§ REQUIRED ACTION:
Which of the lines below include "IFCEXTRUDEDAREASOLID"? Each one should be copied out.

BEGIN TASK DATA

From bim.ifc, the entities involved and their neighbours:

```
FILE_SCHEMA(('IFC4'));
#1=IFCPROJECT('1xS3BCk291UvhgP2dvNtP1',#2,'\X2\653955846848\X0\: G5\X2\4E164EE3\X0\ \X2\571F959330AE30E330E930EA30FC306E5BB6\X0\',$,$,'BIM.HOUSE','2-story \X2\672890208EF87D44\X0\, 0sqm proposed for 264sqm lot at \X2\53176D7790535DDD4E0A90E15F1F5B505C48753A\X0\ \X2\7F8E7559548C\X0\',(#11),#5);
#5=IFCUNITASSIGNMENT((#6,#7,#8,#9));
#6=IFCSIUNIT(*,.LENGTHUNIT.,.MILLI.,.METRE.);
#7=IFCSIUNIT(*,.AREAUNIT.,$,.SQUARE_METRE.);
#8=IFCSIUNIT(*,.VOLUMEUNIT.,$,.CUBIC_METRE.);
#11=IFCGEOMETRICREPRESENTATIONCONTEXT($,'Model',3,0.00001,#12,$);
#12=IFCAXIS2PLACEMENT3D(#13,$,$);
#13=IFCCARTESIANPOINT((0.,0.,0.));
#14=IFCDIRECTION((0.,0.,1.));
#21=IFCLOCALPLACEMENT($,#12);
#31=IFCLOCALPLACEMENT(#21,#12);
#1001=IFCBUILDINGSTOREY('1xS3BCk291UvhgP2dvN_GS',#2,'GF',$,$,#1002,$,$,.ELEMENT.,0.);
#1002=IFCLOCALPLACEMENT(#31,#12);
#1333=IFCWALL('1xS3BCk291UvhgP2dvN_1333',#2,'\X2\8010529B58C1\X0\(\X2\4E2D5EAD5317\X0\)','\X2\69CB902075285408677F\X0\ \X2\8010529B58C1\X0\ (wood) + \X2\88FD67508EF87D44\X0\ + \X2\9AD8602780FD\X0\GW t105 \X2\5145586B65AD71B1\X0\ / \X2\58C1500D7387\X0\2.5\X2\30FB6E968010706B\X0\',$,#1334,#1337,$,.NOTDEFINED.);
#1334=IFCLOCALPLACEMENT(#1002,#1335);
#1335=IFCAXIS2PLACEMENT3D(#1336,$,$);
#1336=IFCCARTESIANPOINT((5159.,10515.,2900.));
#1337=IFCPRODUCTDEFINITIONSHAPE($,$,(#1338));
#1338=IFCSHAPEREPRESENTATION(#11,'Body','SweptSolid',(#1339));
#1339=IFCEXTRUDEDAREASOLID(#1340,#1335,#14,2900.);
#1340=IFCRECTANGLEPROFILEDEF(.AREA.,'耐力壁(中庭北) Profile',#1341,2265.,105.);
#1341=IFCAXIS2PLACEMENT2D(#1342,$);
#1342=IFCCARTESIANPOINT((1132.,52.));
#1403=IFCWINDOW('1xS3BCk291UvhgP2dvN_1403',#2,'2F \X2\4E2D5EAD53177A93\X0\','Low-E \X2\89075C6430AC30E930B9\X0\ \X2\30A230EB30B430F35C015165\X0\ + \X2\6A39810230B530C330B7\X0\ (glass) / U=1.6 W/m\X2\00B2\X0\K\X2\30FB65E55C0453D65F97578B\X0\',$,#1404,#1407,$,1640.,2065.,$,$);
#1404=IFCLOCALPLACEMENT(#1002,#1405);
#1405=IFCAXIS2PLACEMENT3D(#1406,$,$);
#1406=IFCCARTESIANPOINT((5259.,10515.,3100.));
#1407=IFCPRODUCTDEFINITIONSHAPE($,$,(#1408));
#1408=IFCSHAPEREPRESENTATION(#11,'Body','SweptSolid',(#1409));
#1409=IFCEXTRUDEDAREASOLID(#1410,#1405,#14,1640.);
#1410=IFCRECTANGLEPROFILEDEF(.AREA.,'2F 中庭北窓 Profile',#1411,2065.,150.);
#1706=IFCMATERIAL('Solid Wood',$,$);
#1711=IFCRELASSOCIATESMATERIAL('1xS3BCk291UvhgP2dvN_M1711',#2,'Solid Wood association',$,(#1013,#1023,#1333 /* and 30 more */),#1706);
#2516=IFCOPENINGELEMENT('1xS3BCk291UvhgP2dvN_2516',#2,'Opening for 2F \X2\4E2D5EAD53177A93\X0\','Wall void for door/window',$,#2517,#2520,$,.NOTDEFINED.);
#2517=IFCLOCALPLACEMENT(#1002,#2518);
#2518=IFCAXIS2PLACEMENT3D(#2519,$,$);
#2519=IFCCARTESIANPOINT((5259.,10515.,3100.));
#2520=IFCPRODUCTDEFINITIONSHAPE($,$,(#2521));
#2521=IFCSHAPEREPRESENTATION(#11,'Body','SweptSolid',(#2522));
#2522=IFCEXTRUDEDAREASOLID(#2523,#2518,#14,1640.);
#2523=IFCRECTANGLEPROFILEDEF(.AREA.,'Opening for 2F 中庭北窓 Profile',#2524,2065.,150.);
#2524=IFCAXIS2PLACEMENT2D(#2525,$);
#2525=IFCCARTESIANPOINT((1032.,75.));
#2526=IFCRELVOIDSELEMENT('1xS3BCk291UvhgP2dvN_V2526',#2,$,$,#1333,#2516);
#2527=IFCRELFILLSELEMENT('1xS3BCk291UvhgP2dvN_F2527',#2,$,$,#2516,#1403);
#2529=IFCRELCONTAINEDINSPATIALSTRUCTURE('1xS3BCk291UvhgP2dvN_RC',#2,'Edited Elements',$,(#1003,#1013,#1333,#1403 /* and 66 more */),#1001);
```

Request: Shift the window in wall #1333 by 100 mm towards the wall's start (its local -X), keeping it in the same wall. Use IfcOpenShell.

```python
import ifcopenshell
import ifcopenshell.api.geometry
import ifcopenshell.util.placement
import ifcopenshell.util.unit

model = ifcopenshell.open("bim.ifc")
unit_scale = ifcopenshell.util.unit.calculate_unit_scale(model)

window = model.by_guid("1xS3BCk291UvhgP2dvN_1403")
opening = window.FillsVoids[0].RelatingOpeningElement
wall = opening.VoidsElements[0].RelatingBuildingElement

wall_matrix = ifcopenshell.util.placement.get_local_placement(wall.ObjectPlacement)
shift = wall_matrix[:3, 0] * -0.1 / unit_scale
before = ifcopenshell.util.placement.get_local_placement(window.ObjectPlacement)[:3, 3].copy()

# The window is not placed relative to its opening, so move both.
for product in (opening, window):
    matrix = ifcopenshell.util.placement.get_local_placement(product.ObjectPlacement)
    matrix[:3, 3] += shift
    ifcopenshell.api.geometry.edit_object_placement(model, product=product, matrix=matrix, is_si=False)

after = ifcopenshell.util.placement.get_local_placement(window.ObjectPlacement)[:3, 3]
print("window moved by", (after - before).round(3) + 0.0)

model.write("bim_v2.ifc")
```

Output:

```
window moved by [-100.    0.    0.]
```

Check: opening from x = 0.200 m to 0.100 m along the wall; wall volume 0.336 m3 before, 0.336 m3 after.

END TASK DATA

§ RESPONSE BOX:
#1339=IFCEXTRUDEDAREASOLID(#1340,#1335,#14,2900.);
#1409=IFCEXTRUDEDAREASOLID(#1410,#1405,#14,1640.);
#2522=IFCEXTRUDEDAREASOLID(#2523,#2518,#14,1640.);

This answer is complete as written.